(Beginning of MATERIAL SHOWN)
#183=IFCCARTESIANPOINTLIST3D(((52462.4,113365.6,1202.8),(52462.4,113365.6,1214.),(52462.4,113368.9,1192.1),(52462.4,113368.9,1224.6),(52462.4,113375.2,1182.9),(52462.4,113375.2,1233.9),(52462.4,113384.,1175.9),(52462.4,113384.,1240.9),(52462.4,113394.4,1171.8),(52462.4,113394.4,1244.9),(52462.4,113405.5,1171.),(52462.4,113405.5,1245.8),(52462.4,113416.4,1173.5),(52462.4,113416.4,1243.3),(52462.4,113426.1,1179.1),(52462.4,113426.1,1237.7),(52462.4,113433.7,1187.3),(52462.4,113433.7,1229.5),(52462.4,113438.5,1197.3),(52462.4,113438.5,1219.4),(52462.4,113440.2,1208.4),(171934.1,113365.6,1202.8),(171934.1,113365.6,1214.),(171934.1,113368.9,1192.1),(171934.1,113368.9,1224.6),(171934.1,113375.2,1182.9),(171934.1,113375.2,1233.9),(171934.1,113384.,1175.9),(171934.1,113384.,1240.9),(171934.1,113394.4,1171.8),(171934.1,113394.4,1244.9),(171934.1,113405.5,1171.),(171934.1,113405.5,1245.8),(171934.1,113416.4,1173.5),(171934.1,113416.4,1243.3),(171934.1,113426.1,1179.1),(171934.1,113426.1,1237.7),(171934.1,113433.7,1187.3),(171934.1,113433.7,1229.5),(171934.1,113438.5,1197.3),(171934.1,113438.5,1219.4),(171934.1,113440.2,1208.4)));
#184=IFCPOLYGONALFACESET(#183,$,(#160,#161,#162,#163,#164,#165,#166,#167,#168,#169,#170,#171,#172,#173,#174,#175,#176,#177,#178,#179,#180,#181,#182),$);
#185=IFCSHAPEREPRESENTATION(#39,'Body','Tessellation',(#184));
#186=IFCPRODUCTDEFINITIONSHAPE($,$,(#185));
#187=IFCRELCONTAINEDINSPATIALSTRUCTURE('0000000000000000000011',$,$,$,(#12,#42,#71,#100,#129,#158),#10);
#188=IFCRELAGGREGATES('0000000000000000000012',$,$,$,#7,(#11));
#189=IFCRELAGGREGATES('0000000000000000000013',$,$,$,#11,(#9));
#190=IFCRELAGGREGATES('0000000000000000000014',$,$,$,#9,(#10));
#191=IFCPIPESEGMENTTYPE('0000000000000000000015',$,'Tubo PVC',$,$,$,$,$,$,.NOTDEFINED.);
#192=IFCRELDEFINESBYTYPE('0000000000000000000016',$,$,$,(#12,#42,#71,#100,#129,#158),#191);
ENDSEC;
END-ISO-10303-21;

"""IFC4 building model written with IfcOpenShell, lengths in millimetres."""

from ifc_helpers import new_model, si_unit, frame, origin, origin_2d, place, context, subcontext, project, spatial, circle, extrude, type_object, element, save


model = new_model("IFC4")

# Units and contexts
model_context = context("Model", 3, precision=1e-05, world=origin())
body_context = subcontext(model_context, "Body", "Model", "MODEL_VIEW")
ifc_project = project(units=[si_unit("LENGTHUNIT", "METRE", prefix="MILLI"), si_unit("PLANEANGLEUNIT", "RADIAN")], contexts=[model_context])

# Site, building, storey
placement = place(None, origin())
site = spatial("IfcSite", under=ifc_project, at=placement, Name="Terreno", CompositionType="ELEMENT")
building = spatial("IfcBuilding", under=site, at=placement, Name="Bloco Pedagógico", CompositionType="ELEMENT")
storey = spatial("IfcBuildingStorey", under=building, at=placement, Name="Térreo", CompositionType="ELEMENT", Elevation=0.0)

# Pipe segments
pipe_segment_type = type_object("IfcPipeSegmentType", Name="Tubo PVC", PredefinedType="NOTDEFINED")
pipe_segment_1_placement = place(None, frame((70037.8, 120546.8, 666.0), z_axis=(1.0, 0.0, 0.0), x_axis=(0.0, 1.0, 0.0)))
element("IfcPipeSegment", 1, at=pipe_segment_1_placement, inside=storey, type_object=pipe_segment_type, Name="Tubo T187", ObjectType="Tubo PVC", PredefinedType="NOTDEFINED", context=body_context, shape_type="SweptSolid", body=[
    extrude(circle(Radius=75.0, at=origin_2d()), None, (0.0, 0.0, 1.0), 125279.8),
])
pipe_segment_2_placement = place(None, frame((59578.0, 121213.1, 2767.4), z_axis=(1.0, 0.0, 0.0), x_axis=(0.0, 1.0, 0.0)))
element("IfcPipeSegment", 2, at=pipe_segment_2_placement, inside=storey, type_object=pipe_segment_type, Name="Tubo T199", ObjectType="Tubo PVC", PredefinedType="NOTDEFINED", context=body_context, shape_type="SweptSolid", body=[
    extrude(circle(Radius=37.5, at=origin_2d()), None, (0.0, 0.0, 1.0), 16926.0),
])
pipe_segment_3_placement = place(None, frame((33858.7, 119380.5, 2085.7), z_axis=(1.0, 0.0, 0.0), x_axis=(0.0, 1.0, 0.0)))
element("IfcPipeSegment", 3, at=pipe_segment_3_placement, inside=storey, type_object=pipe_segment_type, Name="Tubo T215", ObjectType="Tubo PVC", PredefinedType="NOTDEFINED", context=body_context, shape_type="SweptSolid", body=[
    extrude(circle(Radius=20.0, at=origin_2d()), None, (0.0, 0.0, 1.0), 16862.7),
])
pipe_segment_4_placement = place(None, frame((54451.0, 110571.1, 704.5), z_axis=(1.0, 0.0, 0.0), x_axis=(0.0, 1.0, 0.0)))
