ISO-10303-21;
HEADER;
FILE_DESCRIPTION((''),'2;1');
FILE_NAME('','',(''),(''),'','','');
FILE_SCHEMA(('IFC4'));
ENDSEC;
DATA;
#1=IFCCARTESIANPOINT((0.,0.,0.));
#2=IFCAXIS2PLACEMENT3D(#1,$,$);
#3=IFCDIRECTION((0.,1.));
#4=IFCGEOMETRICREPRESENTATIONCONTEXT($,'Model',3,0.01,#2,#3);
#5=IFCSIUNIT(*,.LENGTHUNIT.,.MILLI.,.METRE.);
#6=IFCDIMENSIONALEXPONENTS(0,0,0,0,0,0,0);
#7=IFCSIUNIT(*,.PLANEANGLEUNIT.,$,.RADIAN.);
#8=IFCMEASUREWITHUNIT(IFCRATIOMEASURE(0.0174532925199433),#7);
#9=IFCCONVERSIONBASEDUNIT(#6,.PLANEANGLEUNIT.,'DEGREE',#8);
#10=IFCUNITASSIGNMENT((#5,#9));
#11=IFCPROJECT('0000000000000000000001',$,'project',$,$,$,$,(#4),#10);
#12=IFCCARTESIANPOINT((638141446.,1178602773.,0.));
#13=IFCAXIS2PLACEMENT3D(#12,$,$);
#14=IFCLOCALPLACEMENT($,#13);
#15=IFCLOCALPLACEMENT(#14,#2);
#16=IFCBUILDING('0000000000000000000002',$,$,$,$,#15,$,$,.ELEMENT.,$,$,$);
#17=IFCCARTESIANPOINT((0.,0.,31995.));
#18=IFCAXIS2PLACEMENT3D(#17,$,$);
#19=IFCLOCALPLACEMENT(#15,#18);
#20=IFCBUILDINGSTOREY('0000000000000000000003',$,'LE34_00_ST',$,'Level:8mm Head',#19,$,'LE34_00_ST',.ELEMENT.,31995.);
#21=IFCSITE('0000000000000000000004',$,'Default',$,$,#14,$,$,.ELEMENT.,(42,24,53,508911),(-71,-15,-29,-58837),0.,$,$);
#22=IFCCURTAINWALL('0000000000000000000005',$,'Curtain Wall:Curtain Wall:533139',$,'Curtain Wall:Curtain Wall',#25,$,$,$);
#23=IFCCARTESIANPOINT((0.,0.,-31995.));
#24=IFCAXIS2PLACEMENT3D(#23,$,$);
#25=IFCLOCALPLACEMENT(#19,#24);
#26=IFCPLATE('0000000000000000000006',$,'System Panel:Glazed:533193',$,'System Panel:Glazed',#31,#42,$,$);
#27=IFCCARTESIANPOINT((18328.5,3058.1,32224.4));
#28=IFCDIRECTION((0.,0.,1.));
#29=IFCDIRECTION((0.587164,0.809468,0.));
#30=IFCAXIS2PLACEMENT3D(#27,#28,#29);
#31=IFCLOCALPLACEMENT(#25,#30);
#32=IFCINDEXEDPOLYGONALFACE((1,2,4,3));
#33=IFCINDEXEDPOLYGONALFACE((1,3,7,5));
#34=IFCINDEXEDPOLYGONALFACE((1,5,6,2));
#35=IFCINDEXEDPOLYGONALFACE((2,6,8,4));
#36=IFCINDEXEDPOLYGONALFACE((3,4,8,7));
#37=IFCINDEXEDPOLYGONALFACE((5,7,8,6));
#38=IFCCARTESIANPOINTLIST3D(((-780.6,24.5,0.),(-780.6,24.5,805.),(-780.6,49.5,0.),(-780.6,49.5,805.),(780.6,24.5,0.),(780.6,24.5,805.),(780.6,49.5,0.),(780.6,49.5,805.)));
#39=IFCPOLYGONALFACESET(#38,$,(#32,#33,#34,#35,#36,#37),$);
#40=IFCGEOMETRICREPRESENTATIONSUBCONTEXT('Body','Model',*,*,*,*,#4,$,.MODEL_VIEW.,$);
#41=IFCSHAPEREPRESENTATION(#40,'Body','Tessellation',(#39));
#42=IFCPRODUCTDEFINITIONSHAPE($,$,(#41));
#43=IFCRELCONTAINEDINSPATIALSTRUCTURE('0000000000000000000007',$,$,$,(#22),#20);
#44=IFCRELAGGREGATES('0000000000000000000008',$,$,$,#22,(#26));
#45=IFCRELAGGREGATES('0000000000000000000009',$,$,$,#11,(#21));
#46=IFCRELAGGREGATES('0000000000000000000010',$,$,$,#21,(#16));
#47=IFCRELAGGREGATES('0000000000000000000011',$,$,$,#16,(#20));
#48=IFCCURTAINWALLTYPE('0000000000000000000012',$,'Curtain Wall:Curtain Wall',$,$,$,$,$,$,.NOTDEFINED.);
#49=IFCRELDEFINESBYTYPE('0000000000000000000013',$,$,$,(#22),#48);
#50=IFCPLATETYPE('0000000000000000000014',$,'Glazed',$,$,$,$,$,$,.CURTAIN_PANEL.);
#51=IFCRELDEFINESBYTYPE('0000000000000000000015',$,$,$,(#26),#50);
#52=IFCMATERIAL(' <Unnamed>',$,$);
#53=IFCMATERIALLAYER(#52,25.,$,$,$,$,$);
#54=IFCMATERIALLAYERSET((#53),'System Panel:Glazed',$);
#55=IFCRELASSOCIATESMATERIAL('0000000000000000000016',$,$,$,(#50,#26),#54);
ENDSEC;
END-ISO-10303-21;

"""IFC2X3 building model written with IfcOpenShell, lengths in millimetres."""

from ifc_helpers import new_model, entity, si_unit, converted_unit, direction, frame, origin, origin_2d_with_axis, place, context, subcontext, project, spatial, rectangle, extrude, source, transform, mapped, material, layer, layer_set, layer_usage, type_object, type_shapes, element, aggregate, save


model = new_model("IFC2X3")

# Units and contexts
model_context = context("Model", 3, precision=0.01, world=origin(), true_north=direction((0.0, 1.0)))
body_context = subcontext(model_context, "Body", "Model", "MODEL_VIEW")
ifc_project = project(units=[si_unit("LENGTHUNIT", "METRE", prefix="MILLI"), converted_unit("PLANEANGLEUNIT", "DEGREE", entity("IfcRatioMeasure", 0.0174532925199433), si_unit("PLANEANGLEUNIT", "RADIAN"), dimensions=[0, 0, 0, 0, 0, 0, 0])], contexts=[model_context])

# Site, building, storey
site_placement = place(None, frame((638141446.0, 1178602773.0, 0.0)))
site = spatial("IfcSite", under=ifc_project, at=site_placement, Name="Default", CompositionType="ELEMENT", RefLatitude=(42, 24, 53, 508911), RefLongitude=(-71, -15, -29, -58837), RefElevation=0.0)
building_placement = place(site_placement, origin())
building = spatial("IfcBuilding", under=site, at=building_placement, CompositionType="ELEMENT")
storey_placement = place(building_placement, frame((0.0, 0.0, 31995.0)))
storey = spatial("IfcBuildingStorey", under=building, at=storey_placement, Name="LE34_00_ST", ObjectType="Level:8mm Head", LongName="LE34_00_ST", CompositionType="ELEMENT", Elevation=31995.0)

# Curtain wall
curtain_wall_type = type_object("IfcCurtainWallType", Name="Curtain Wall:Curtain Wall", PredefinedType="NOTDEFINED")
curtain_wall_1_placement = place(storey_placement, frame((0.0, 0.0, -31995.0)))
curtain_wall_1 = element("IfcCurtainWall", 1, at=curtain_wall_1_placement, inside=storey, type_object=curtain_wall_type, Name="Curtain Wall:Curtain Wall:533139", ObjectType="Curtain Wall:Curtain Wall")

# Plate
ifc_material_1 = material(Name=" <Unnamed>")
ifc_layer_1 = layer(ifc_material_1, 25.0)
ifc_layer_set_1 = layer_set([ifc_layer_1], Name="System Panel:Glazed")
ifc_layer_usage_1 = layer_usage(ifc_layer_set_1, "AXIS3", "POSITIVE", 0.1)
plate_type = type_object("IfcPlateType", Name="Glazed", PredefinedType="CURTAIN_PANEL", material=ifc_layer_set_1)
shared_shape_1 = source(origin(), body_context, "Body", "SweptSolid", [
    extrude(rectangle(XDim=25.0, YDim=1561.3, at=origin_2d_with_axis()), frame((0.0, 37.0, 0.0), z_axis=(0.0, 0.0, 1.0), x_axis=(0.0, 1.0, 0.0)), (0.0, 0.0, 1.0), 805.0),
])
type_shapes(plate_type, [shared_shape_1])
plate_placement = place(curtain_wall_1_placement, frame((18328.5, 3058.1, 32224.4), z_axis=(0.0, 0.0, 1.0), x_axis=(0.587164, 0.809468, 0.0)))
plate = element("IfcPlate", 2, at=plate_placement, type_object=plate_type, material=ifc_layer_usage_1, Name="System Panel:Glazed:533193", ObjectType="System Panel:Glazed", context=body_context, shape_type="MappedRepresentation", body=[
    mapped(shared_shape_1, transform((0.0, 0.0, 0.0), scale=1.0)),
])
aggregate(curtain_wall_1, [plate])

save(model, "model.ifc")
(End of MATERIAL SHOWN)
▶ [WHAT THIS TASK INVOLVES]: Please copy each line of the material that has the string "IFCLOCALPLACEMENT" somewhere in it.

▶ [WRITTEN RESPONSE]:
#14=IFCLOCALPLACEMENT($,#13);
#15=IFCLOCALPLACEMENT(#14,#2);
#19=IFCLOCALPLACEMENT(#15,#18);
#25=IFCLOCALPLACEMENT(#19,#24);
#31=IFCLOCALPLACEMENT(#25,#30);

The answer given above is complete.